* [Task brief]: Check each line of the entries. Copy the ones that contain the string "Rectangular".

* [Exercise data]:

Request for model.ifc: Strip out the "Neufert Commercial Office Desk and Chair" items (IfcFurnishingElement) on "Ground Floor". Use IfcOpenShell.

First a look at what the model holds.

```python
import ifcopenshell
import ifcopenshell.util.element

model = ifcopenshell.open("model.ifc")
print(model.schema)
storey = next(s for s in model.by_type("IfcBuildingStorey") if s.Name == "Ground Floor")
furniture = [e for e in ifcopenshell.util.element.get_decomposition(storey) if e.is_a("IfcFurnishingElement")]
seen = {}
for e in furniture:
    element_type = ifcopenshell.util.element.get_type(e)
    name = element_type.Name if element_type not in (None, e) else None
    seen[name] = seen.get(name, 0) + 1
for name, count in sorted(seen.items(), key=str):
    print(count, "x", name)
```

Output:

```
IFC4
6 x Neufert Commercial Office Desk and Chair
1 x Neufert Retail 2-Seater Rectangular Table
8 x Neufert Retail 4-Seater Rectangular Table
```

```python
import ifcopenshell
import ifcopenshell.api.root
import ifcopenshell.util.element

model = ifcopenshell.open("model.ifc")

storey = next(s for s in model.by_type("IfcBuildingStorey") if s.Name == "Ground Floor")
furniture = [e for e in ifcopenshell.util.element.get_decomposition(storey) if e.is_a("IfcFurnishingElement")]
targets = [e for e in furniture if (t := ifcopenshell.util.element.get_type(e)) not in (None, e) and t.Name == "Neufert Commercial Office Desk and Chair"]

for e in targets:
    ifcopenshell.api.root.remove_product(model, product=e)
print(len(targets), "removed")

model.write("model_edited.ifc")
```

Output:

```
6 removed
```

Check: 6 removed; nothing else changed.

* [Result]:
1 x Neufert Retail 2-Seater Rectangular Table
8 x Neufert Retail 4-Seater Rectangular Table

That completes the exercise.